4.1.4. CRS-SPSW specimen

The welding of the stiffeners created a distortion in the infill plate. During the installation process of the infill plate on the boundary test frame, three primary buckling lines in the corners of the infill plate appeared. During cycle 17, the buckled lines located in the right half of the specimen (reaction wall on the right side) were slightly developed.

The LVDT installed at the center of infill plate showed a sudden increase in out-of-plane displacement during cycle 13 at the displacement of 5.4 mm (0.63 % drift). The higher strain and out-of-plane displacement were observed in the infill plate farthest from the center. The outer stiffeners were also subjected to a higher strain, especially along the diagonal direction.

The tension-field action is clearly very vital for dissipating more energy in the SPSWs. In the case of the CRS-SPSW specimen, the tension-field buckling waves appeared as a set of parallel rings between the stiffeners (Fig. 11). As shown in Fig. 7(d), which shows the hysteresis curve of CRS-SPSW, the hysteresis loop expanded and the capacity of the system to absorb more lateral displacement increased considerably because of this special kind of buckled rings during the last cycle (cycle 27). The maximum load-carrying capacity was 190 kN at a displacement of 51.4 mm (5.9 % drift), and the maximum displacement of the specimen was equal to 53 mm (6.1 % drift).

Fig. 10Local buckling of infill plate between the stiffeners for CS-SPSW

Local buckling of infill plate between the stiffeners for CS-SPSW

Fig. 11Buckling rings between the stiffeners for specimen CRS-SPSW

Buckling rings between the stiffeners for specimen CRS-SPSW

4.1.5. DS-SPSW specimen

Similar to the buckling in other specimens, the buckling in the DS-SPSW specimen started in the corners of infill plate.

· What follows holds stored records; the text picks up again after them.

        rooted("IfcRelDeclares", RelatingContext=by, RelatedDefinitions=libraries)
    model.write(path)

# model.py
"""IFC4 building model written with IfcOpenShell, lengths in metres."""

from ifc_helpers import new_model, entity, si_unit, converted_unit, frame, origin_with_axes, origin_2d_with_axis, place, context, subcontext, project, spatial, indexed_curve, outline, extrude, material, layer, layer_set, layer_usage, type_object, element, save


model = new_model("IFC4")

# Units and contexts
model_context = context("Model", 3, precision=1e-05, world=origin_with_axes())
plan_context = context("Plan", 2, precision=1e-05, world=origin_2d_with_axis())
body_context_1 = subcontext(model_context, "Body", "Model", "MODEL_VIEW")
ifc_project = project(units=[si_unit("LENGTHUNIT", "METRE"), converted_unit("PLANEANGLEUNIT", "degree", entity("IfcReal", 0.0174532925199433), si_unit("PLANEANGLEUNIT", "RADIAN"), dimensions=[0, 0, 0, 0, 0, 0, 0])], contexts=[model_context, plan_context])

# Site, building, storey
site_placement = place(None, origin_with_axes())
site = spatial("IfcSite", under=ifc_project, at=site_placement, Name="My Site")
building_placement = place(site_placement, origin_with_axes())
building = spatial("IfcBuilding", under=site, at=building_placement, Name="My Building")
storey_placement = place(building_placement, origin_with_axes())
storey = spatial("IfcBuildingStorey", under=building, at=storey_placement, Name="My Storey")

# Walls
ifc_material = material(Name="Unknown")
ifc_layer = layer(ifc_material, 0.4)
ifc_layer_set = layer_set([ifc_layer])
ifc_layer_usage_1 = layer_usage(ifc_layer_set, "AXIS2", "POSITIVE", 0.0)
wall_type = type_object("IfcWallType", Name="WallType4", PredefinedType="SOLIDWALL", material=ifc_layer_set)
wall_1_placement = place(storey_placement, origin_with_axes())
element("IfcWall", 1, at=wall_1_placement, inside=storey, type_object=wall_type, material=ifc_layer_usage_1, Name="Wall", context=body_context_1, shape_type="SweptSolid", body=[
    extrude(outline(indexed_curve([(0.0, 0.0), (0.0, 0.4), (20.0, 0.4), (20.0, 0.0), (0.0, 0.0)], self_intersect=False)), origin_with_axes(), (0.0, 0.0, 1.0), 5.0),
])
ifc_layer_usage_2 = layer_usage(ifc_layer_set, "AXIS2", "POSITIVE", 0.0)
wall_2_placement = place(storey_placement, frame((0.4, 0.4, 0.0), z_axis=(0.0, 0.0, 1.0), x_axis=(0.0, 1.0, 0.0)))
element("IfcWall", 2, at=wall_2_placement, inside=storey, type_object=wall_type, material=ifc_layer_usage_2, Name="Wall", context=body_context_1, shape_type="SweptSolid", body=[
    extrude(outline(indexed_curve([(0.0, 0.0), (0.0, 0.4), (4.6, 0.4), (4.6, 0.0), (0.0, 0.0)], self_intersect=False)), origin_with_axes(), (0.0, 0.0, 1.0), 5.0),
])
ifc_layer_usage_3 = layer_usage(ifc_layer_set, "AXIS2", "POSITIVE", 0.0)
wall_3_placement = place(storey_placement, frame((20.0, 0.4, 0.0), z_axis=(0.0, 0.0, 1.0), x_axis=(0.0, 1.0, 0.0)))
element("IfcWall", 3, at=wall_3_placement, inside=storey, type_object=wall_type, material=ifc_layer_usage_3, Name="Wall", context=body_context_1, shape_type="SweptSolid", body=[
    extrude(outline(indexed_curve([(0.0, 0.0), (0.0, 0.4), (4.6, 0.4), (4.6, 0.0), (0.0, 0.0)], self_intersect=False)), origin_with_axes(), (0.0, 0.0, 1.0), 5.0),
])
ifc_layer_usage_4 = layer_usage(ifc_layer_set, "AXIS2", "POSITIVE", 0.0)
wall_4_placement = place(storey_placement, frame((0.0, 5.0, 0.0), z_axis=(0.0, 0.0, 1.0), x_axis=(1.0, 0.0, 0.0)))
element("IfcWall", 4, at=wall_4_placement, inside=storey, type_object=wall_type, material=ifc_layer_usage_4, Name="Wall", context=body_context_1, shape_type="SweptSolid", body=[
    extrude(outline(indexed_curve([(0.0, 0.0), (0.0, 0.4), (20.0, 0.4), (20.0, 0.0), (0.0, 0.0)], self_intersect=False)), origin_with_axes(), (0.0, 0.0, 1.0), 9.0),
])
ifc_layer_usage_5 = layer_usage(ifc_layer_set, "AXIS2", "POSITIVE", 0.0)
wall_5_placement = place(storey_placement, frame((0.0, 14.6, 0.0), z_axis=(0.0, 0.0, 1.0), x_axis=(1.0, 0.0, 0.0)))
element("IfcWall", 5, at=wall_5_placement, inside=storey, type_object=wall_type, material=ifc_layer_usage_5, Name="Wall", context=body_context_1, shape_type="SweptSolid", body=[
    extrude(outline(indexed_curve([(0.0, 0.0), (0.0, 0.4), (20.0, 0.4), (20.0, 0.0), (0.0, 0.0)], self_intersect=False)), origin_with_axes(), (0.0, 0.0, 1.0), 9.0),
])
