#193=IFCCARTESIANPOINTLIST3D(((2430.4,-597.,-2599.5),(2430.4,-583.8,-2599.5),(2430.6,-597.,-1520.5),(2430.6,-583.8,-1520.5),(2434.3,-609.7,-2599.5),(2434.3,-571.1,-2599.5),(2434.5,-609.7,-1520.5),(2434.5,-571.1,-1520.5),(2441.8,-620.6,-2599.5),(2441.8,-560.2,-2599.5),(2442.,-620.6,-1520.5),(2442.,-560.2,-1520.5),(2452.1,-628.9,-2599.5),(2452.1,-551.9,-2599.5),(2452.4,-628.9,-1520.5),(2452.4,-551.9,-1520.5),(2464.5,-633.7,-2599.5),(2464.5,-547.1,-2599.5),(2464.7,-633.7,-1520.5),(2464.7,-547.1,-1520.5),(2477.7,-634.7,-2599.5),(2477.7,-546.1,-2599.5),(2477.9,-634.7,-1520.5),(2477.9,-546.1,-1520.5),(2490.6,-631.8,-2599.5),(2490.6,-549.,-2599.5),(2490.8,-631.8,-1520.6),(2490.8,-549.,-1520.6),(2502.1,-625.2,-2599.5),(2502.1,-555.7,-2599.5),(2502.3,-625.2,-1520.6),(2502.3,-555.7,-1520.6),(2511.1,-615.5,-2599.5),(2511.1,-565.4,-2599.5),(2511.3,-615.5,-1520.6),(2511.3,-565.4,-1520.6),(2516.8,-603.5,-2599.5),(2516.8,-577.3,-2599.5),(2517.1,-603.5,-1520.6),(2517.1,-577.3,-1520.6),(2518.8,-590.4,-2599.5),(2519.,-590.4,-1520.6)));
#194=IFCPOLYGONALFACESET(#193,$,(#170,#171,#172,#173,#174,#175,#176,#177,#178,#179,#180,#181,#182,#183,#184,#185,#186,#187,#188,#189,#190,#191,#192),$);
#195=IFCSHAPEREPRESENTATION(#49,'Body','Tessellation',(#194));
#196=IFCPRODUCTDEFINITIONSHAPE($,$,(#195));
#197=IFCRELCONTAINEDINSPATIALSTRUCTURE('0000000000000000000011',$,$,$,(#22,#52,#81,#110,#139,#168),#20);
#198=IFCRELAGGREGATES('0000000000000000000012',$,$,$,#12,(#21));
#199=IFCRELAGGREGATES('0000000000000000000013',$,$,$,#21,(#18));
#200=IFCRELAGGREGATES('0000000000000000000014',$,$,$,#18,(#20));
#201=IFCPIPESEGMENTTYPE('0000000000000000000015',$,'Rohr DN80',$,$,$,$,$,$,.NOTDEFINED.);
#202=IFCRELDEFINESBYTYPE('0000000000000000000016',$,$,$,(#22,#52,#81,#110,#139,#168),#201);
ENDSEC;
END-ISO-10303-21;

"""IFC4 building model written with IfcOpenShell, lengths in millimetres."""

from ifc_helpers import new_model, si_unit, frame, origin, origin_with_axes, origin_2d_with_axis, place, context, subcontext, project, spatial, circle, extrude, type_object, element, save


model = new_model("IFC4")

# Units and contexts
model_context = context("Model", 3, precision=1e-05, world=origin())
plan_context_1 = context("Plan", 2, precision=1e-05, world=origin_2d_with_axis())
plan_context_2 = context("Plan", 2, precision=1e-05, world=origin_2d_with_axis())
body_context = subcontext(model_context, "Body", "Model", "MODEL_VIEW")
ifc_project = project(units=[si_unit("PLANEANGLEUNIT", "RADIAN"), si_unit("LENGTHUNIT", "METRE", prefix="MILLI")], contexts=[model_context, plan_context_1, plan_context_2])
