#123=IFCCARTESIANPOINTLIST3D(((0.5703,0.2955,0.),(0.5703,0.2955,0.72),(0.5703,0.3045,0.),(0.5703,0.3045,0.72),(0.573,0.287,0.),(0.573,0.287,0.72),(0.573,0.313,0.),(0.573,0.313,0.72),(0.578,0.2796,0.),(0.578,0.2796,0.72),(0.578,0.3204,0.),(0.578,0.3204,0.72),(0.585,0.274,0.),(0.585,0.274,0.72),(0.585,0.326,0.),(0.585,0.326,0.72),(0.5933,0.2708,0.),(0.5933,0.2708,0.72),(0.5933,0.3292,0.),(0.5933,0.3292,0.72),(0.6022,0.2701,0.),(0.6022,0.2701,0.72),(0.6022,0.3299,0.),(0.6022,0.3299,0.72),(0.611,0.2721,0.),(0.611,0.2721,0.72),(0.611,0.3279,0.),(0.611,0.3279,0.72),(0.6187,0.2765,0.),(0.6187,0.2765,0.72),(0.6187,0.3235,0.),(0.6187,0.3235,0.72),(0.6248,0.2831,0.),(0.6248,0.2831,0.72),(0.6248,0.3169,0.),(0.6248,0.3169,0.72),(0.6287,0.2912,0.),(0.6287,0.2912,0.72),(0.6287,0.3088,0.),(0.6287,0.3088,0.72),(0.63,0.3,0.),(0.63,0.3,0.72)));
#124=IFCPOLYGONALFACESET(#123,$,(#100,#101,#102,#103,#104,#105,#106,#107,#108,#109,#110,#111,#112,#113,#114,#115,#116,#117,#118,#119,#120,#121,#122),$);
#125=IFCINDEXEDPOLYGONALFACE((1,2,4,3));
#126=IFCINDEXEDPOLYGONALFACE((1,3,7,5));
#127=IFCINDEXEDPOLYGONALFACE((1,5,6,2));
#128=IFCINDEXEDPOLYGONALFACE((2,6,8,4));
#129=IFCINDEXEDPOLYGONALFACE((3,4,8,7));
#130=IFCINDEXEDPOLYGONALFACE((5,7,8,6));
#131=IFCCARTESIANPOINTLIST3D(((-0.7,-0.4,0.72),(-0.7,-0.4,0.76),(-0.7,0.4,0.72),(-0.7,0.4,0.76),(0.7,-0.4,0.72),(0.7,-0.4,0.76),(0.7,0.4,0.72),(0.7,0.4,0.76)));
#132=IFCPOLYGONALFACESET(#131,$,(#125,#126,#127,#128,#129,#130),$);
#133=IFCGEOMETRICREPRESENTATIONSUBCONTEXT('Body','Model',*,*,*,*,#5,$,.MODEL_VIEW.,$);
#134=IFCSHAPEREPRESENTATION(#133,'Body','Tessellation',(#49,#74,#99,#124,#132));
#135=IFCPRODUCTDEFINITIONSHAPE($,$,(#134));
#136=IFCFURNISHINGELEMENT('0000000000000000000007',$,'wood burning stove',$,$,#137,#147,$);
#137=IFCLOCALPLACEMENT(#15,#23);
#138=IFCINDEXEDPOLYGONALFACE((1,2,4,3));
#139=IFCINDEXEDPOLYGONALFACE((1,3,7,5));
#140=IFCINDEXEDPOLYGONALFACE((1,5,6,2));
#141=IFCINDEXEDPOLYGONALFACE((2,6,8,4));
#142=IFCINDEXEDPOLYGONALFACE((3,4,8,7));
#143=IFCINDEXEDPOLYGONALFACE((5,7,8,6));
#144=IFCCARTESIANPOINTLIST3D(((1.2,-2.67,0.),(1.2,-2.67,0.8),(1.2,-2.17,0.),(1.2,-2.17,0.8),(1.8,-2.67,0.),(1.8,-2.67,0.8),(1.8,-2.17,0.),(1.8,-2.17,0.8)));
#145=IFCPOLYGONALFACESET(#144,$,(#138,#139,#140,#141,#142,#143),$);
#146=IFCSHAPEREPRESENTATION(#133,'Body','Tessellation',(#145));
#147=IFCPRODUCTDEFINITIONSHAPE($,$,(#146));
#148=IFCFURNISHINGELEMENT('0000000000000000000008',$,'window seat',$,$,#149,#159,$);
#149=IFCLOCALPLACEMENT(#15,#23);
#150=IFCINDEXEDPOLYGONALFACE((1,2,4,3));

The first buckling line inside the subpanel developed during cycle 17 at a displacement of 12 mm (1.38 % drift). According to the LVDT data, all four central subpanels buckled during cycle 26 at 41.18 mm displacement (4.74 % drift). The installed strain gauges on the stiffeners showed that the stiffeners that do not pass across the center of the infill plate were suffering more strain. This behavior was even clearer after cycle 24 at a displacement of 41.2 mm (4.74 % drift). The buckling of these stiffeners also occurred during the same cycle.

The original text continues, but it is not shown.